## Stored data
- - - -

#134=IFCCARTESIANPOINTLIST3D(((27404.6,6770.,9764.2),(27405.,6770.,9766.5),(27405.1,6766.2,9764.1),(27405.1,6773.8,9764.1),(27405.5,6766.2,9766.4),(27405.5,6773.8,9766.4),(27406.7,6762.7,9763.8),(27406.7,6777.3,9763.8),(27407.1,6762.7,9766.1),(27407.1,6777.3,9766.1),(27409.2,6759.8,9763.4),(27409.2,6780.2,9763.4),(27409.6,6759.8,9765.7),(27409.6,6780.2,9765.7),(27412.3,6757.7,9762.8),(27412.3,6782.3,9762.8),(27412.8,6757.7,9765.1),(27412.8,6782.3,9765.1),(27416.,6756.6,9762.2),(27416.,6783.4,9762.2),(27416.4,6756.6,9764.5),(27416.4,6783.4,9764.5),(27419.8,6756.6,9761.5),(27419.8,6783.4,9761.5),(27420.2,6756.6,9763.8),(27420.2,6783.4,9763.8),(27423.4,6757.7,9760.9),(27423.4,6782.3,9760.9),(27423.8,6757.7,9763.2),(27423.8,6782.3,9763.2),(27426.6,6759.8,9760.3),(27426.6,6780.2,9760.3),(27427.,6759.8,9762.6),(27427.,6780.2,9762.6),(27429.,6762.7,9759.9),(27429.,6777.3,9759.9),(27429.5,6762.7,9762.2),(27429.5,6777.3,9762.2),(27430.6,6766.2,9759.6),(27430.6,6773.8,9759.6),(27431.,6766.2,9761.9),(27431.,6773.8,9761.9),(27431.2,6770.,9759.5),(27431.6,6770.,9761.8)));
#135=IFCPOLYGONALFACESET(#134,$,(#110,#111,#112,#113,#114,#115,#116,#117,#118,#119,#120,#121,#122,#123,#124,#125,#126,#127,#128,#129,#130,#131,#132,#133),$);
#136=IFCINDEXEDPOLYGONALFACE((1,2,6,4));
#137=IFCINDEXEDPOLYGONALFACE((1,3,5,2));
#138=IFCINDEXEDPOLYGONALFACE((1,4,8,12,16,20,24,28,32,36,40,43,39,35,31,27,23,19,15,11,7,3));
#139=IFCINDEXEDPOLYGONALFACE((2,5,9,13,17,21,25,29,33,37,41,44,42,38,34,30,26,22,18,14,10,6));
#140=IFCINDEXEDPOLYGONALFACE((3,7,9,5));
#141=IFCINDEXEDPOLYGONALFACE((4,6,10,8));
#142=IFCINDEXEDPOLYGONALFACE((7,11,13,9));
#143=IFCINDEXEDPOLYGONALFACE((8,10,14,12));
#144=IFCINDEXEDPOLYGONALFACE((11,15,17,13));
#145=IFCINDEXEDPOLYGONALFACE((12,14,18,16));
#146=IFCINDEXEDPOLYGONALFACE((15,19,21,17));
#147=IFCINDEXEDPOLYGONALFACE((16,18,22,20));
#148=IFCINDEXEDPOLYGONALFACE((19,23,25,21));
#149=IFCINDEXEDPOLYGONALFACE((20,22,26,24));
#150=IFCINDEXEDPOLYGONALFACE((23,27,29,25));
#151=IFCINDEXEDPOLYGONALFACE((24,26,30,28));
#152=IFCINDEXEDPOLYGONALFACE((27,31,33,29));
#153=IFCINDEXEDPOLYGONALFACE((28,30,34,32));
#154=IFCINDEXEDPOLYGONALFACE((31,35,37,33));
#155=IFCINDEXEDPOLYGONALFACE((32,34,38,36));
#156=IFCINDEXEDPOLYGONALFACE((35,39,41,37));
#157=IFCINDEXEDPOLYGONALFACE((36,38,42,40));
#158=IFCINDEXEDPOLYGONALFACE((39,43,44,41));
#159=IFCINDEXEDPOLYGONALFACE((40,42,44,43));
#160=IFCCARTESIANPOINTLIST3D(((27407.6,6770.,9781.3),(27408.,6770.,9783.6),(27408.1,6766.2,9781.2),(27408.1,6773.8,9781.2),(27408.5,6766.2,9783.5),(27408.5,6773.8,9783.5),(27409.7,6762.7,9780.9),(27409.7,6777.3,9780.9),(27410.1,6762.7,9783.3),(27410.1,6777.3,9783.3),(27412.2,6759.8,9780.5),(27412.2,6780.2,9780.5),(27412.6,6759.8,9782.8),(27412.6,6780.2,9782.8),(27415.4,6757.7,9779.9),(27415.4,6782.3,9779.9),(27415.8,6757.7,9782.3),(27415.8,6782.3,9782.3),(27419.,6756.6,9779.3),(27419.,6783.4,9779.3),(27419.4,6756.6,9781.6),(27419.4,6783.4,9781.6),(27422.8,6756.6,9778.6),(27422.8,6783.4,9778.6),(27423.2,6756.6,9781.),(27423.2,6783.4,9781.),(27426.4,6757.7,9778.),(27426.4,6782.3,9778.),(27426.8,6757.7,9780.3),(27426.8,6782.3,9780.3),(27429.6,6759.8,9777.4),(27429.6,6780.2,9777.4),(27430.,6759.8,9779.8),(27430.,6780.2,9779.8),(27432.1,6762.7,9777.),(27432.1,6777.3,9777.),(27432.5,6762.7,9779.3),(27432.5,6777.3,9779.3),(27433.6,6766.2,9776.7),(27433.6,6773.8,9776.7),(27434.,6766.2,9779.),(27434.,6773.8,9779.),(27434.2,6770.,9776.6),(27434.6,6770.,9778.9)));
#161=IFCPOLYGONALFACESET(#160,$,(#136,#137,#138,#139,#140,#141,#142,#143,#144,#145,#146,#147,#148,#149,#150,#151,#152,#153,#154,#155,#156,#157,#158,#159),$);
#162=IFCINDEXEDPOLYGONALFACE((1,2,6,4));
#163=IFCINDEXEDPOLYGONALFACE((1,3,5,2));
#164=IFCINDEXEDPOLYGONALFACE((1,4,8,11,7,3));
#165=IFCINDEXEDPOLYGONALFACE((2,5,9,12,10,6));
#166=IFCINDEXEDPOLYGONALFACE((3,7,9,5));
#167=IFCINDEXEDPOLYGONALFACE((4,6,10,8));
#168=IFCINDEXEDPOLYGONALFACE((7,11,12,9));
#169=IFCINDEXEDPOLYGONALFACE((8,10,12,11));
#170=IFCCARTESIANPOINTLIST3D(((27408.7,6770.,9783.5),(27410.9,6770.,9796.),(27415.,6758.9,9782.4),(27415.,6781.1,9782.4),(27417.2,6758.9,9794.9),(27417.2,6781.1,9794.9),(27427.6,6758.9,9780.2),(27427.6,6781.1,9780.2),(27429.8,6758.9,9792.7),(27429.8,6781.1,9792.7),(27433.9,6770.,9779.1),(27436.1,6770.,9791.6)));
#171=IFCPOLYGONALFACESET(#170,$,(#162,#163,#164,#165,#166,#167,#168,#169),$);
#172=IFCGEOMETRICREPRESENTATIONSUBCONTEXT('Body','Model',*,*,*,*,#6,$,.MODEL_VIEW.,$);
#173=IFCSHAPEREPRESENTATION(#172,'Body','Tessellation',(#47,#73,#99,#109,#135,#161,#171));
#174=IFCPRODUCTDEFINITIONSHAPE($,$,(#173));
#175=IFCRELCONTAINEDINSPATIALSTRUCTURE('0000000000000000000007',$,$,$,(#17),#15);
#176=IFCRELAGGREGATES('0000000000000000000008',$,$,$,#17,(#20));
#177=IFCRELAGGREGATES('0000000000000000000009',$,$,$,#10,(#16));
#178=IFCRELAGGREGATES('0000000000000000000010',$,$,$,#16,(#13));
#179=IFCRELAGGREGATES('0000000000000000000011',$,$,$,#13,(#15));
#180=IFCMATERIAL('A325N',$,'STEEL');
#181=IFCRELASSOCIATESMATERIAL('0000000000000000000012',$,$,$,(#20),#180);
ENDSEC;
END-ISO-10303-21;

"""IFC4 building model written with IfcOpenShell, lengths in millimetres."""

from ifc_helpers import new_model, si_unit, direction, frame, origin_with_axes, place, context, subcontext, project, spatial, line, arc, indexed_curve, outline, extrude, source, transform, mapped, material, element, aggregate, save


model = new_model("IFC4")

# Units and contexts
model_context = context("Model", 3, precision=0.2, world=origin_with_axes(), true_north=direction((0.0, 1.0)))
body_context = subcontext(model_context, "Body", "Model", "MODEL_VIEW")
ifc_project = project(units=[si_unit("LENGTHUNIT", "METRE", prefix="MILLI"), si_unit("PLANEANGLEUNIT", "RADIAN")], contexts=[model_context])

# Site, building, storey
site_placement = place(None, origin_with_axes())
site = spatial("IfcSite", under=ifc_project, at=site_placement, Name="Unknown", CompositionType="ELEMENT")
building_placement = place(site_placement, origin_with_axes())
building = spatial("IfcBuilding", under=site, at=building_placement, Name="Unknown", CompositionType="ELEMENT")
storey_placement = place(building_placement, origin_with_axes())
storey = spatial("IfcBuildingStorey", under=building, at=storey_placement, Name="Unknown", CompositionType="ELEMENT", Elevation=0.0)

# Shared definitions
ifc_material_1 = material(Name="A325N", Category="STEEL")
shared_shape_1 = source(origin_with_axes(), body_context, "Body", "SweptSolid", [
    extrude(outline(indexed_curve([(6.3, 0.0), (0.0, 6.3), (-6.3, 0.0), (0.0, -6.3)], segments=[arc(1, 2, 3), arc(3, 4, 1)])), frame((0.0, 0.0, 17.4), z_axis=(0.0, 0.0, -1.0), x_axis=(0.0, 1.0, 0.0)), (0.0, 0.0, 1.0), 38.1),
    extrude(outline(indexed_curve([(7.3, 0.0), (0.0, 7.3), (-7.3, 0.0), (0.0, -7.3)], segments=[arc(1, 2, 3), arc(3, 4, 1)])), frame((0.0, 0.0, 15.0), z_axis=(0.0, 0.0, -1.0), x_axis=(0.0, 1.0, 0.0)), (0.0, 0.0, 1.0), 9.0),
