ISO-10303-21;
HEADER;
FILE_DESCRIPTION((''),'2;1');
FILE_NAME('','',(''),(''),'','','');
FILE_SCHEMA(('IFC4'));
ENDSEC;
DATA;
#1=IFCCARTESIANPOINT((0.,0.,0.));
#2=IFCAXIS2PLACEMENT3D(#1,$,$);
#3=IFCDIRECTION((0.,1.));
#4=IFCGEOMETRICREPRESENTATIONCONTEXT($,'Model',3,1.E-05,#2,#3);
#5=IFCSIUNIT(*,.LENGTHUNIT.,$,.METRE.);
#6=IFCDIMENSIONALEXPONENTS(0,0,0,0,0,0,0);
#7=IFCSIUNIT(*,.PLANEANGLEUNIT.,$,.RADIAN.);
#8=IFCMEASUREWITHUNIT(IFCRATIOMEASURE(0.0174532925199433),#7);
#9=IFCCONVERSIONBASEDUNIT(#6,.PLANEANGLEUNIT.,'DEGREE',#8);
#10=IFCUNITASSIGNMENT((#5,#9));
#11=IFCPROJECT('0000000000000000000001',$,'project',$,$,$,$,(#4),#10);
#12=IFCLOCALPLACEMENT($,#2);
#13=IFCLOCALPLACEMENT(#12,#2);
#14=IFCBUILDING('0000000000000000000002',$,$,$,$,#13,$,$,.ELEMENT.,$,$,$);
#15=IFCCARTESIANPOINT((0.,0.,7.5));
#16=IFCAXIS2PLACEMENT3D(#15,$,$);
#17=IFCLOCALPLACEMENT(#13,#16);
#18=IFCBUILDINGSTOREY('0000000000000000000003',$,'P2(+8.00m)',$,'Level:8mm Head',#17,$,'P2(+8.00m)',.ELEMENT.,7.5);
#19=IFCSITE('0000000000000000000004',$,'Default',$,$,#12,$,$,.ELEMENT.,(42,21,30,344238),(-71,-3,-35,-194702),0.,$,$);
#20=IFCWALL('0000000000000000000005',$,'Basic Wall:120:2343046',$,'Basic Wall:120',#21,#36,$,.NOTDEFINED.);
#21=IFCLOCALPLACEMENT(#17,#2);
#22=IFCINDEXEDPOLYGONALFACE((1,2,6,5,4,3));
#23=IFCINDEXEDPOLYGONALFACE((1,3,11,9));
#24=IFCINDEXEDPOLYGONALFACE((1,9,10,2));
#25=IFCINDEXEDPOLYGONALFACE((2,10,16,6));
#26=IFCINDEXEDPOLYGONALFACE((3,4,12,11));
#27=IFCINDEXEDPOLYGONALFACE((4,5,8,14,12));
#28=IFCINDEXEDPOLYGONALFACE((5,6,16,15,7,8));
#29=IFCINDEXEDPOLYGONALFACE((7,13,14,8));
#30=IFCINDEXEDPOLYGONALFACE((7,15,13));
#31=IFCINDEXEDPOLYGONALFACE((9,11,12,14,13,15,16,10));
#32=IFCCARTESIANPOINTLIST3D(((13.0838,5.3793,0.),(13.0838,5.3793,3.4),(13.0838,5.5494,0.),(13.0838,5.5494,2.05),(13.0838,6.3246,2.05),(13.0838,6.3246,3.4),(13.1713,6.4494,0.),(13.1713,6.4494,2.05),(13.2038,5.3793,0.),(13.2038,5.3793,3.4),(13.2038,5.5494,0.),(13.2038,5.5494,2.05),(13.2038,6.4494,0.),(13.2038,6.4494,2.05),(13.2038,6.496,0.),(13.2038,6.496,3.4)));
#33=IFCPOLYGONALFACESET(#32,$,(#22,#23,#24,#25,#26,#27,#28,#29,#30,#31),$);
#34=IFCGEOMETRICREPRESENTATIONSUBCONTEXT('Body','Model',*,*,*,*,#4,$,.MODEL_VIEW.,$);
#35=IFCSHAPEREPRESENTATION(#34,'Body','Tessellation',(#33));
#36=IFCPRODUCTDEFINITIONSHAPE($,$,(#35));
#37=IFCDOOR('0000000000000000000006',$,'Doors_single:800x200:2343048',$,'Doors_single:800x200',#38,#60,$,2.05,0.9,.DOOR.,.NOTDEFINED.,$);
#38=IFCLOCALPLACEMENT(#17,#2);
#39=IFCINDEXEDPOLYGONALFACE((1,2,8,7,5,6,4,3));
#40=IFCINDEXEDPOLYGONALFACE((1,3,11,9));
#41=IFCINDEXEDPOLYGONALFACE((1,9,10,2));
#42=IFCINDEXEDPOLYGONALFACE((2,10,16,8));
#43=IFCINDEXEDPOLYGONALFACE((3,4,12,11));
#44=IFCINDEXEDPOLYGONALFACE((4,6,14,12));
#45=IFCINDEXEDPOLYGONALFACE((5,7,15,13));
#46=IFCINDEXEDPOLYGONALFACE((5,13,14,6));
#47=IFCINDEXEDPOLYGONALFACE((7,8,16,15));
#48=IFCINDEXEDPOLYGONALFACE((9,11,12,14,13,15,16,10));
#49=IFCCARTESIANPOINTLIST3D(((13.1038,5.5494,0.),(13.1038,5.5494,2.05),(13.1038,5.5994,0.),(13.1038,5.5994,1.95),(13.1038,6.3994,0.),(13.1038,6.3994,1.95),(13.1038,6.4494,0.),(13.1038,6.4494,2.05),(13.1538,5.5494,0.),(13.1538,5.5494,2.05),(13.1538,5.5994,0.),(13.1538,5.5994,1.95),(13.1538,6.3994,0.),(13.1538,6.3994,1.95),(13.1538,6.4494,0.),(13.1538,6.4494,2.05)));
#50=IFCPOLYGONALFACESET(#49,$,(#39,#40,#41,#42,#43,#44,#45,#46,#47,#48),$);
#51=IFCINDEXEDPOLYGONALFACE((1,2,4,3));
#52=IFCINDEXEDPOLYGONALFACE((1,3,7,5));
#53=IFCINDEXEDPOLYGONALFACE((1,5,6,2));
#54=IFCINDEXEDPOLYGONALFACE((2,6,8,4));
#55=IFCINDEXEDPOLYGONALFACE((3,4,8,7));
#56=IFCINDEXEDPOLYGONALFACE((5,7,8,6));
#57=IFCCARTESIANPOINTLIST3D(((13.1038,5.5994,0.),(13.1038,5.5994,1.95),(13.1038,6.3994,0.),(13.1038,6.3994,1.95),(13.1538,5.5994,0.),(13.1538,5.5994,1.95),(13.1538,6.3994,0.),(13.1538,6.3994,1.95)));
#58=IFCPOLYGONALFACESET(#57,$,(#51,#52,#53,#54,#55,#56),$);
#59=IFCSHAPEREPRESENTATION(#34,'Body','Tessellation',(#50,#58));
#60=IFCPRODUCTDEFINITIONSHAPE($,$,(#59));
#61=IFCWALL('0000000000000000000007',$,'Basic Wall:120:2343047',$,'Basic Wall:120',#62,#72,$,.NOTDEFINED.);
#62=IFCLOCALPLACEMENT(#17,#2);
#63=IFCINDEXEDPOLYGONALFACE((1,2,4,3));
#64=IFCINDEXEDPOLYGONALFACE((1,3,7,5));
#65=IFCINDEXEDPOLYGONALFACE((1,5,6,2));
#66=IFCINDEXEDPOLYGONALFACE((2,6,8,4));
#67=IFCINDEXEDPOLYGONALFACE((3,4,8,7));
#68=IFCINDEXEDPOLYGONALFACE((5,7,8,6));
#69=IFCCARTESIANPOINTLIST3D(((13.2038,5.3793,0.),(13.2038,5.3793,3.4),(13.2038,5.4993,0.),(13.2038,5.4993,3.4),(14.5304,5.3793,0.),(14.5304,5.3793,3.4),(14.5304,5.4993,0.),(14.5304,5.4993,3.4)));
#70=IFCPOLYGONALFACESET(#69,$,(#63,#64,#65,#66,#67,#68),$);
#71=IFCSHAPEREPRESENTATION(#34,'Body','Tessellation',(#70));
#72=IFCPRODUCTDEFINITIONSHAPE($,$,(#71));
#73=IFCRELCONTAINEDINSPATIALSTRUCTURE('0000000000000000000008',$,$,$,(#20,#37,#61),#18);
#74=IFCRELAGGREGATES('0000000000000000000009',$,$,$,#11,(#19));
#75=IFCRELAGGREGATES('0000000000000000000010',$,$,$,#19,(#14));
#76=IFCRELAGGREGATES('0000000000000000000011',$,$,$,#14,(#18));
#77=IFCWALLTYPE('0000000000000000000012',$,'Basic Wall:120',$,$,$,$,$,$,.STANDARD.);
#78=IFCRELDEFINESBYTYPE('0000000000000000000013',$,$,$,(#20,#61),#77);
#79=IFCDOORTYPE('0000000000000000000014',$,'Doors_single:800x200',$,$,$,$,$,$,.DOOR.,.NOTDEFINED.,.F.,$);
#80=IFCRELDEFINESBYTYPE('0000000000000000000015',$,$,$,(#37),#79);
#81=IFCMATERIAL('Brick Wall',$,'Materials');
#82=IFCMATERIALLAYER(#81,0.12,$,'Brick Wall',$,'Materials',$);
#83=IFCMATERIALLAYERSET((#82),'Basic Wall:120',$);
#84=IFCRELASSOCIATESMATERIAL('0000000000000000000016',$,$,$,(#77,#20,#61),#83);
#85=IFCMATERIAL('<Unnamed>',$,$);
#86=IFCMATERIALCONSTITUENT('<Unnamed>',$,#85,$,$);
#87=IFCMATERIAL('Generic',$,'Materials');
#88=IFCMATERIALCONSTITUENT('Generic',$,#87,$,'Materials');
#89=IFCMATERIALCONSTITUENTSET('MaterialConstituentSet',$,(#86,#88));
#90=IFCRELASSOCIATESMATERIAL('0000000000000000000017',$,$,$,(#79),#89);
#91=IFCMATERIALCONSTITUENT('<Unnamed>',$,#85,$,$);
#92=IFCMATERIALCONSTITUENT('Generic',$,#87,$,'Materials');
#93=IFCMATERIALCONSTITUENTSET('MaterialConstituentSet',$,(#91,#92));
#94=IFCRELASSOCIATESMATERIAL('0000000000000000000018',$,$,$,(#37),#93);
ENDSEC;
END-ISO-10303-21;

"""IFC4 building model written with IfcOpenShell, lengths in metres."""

from ifc_helpers import new_model, entity, si_unit, converted_unit, direction, frame, frame_2d, origin, origin_2d_with_axis, place, context, subcontext, project, spatial, polyline, rectangle, outline, extrude, source, transform, mapped, material, layer, layer_set, layer_usage, constituent, constituent_set, type_object, type_shapes, element, fill, save


model = new_model("IFC4")

# Units and contexts
model_context = context("Model", 3, precision=1e-05, world=origin(), true_north=direction((0.0, 1.0)))
body_context = subcontext(model_context, "Body", "Model", "MODEL_VIEW")
ifc_project = project(units=[si_unit("LENGTHUNIT", "METRE"), converted_unit("PLANEANGLEUNIT", "DEGREE", entity("IfcRatioMeasure", 0.0174532925199433), si_unit("PLANEANGLEUNIT", "RADIAN"), dimensions=[0, 0, 0, 0, 0, 0, 0])], contexts=[model_context])

# Site, building, storey
site_placement = place(None, origin())
site = spatial("IfcSite", under=ifc_project, at=site_placement, Name="Default", CompositionType="ELEMENT", RefLatitude=(42, 21, 30, 344238), RefLongitude=(-71, -3, -35, -194702), RefElevation=0.0)
building_placement = place(site_placement, origin())
building = spatial("IfcBuilding", under=site, at=building_placement, CompositionType="ELEMENT")
storey_placement = place(building_placement, frame((0.0, 0.0, 7.5)))
storey = spatial("IfcBuildingStorey", under=building, at=storey_placement, Name="P2(+8.00m)", ObjectType="Level:8mm Head", LongName="P2(+8.00m)", CompositionType="ELEMENT", Elevation=7.5)

# Shared definitions
ifc_material_1 = material(Name="Brick Wall", Category="Materials")

# Shared definitions
ifc_material_2 = material(Name="<Unnamed>")
ifc_material_3 = material(Name="Generic", Category="Materials")

# Shared definitions
ifc_layer_1 = layer(ifc_material_1, 0.12, Name="Brick Wall", Category="Materials")
ifc_layer_set_1 = layer_set([ifc_layer_1], Name="Basic Wall:120")
wall_type_1 = type_object("IfcWallType", Name="Basic Wall:120", PredefinedType="STANDARD", material=ifc_layer_set_1)

# Wall, opening, door
ifc_layer_usage_1 = layer_usage(ifc_layer_set_1, "AXIS2", "POSITIVE", -0.06)
wall_1_placement = place(storey_placement, frame((13.1438, 6.496, 0.0), z_axis=(0.0, 0.0, 1.0), x_axis=(0.0, -1.0, 0.0)))
wall_1 = element("IfcWall", 1, at=wall_1_placement, inside=storey, type_object=wall_type_1, material=ifc_layer_usage_1, Name="Basic Wall:120:2343046", ObjectType="Basic Wall:120", PredefinedType="NOTDEFINED", context=body_context, shape_type="SweptSolid", body=[
    extrude(outline(polyline([(0.1714, -0.06), (1.1167, -0.06), (1.1167, 0.06), (0.9967, 0.06), (0.0, 0.06), (0.1714, -0.06)])), origin(), (0.0, 0.0, 1.0), 3.4),
])
opening_1_placement = place(wall_1_placement, frame((0.9465, 0.06, 0.0)))
opening_1 = element("IfcOpeningElement", 2, at=opening_1_placement, cuts=wall_1, PredefinedType="OPENING", context=body_context, shape_type="SweptSolid", body=[
    extrude(rectangle(XDim=2.05, YDim=0.9, at=frame_2d((1.025, 0.45), x_axis=(1.0, 0.0))), frame((0.0, 0.0, 0.0), z_axis=(0.0, -1.0, 0.0), x_axis=(0.0, 0.0, 1.0)), (0.0, 0.0, 1.0), 0.12),
])
ifc_constituent_1 = constituent(ifc_material_2, Name="<Unnamed>")
ifc_constituent_2 = constituent(ifc_material_3, Name="Generic", Category="Materials")
ifc_constituent_set_1 = constituent_set(constituents=[ifc_constituent_1, ifc_constituent_2], Name="MaterialConstituentSet")
ifc_constituent_3 = constituent(ifc_material_2, Name="<Unnamed>")
ifc_constituent_4 = constituent(ifc_material_3, Name="Generic", Category="Materials")
ifc_constituent_set_2 = constituent_set(constituents=[ifc_constituent_3, ifc_constituent_4], Name="MaterialConstituentSet")
door_type_1 = type_object("IfcDoorType", Name="Doors_single:800x200", OperationType="NOTDEFINED", ParameterTakesPrecedence=False, PredefinedType="DOOR", material=ifc_constituent_set_2)
shared_shape_1 = source(origin(), body_context, "Body", "SweptSolid", [
    extrude(outline(polyline([(-0.45, -1.0), (-0.4, -1.0), (-0.4, 0.95), (0.4, 0.95), (0.4, -1.0), (0.45, -1.0), (0.45, 1.05), (-0.45, 1.05), (-0.45, -1.0)])), frame((0.45, 0.05, 1.0), z_axis=(0.0, 1.0, 0.0), x_axis=(-1.0, 0.0, 0.0)), (0.0, 0.0, 1.0), 0.05),
    extrude(rectangle(XDim=0.8, YDim=0.05, at=origin_2d_with_axis()), frame((0.45, 0.075, 0.0), z_axis=(0.0, 0.0, 1.0), x_axis=(-1.0, 0.0, 0.0)), (0.0, 0.0, 1.0), 1.95),
])
type_shapes(door_type_1, [shared_shape_1])
door_1_placement = place(opening_1_placement, frame((0.0, 0.0, 0.0), z_axis=(0.0, 0.0, 1.0), x_axis=(-1.0, 0.0, 0.0)))
door_1 = element("IfcDoor", 3, at=door_1_placement, inside=storey, type_object=door_type_1, material=ifc_constituent_set_1, Name="Doors_single:800x200:2343048", ObjectType="Doors_single:800x200", OperationType="NOTDEFINED", OverallHeight=2.05, OverallWidth=0.9, PredefinedType="DOOR", context=body_context, shape_type="MappedRepresentation", body=[
    mapped(shared_shape_1, transform((0.0, 0.0, 0.0), scale=1.0)),
])
fill(opening_1, door_1)

# Wall
ifc_layer_usage_2 = layer_usage(ifc_layer_set_1, "AXIS2", "NEGATIVE", 0.06)
wall_2_placement = place(storey_placement, frame((13.2038, 5.4393, 0.0)))
element("IfcWall", 4, at=wall_2_placement, inside=storey, type_object=wall_type_1, material=ifc_layer_usage_2, Name="Basic Wall:120:2343047", ObjectType="Basic Wall:120", PredefinedType="NOTDEFINED", context=body_context, shape_type="SweptSolid", body=[
    extrude(rectangle(XDim=1.3266, YDim=0.12, at=frame_2d((0.6633, 0.0), x_axis=(-1.0, 0.0))), origin(), (0.0, 0.0, 1.0), 3.4),
])

save(model, "model.ifc")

- - - -

## WORK INSTRUCTIONS
Look above for the line holding "#143=IFCINDEXEDPOLYGONALFACE((8,10,14,12));". Print it and every line after it, exactly, through the line holding "#159=IFCINDEXEDPOLYGONALFACE((40,42,44,43));".

## ANSWER TO THE EXERCISE
#143=IFCINDEXEDPOLYGONALFACE((8,10,14,12));
#144=IFCINDEXEDPOLYGONALFACE((11,15,17,13));
#145=IFCINDEXEDPOLYGONALFACE((12,14,18,16));
#146=IFCINDEXEDPOLYGONALFACE((15,19,21,17));
#147=IFCINDEXEDPOLYGONALFACE((16,18,22,20));
#148=IFCINDEXEDPOLYGONALFACE((19,23,25,21));
#149=IFCINDEXEDPOLYGONALFACE((20,22,26,24));
#150=IFCINDEXEDPOLYGONALFACE((23,27,29,25));
#151=IFCINDEXEDPOLYGONALFACE((24,26,30,28));
#152=IFCINDEXEDPOLYGONALFACE((27,31,33,29));
#153=IFCINDEXEDPOLYGONALFACE((28,30,34,32));
#154=IFCINDEXEDPOLYGONALFACE((31,35,37,33));
#155=IFCINDEXEDPOLYGONALFACE((32,34,38,36));
#156=IFCINDEXEDPOLYGONALFACE((35,39,41,37));
#157=IFCINDEXEDPOLYGONALFACE((36,38,42,40));
#158=IFCINDEXEDPOLYGONALFACE((39,43,44,41));
#159=IFCINDEXEDPOLYGONALFACE((40,42,44,43));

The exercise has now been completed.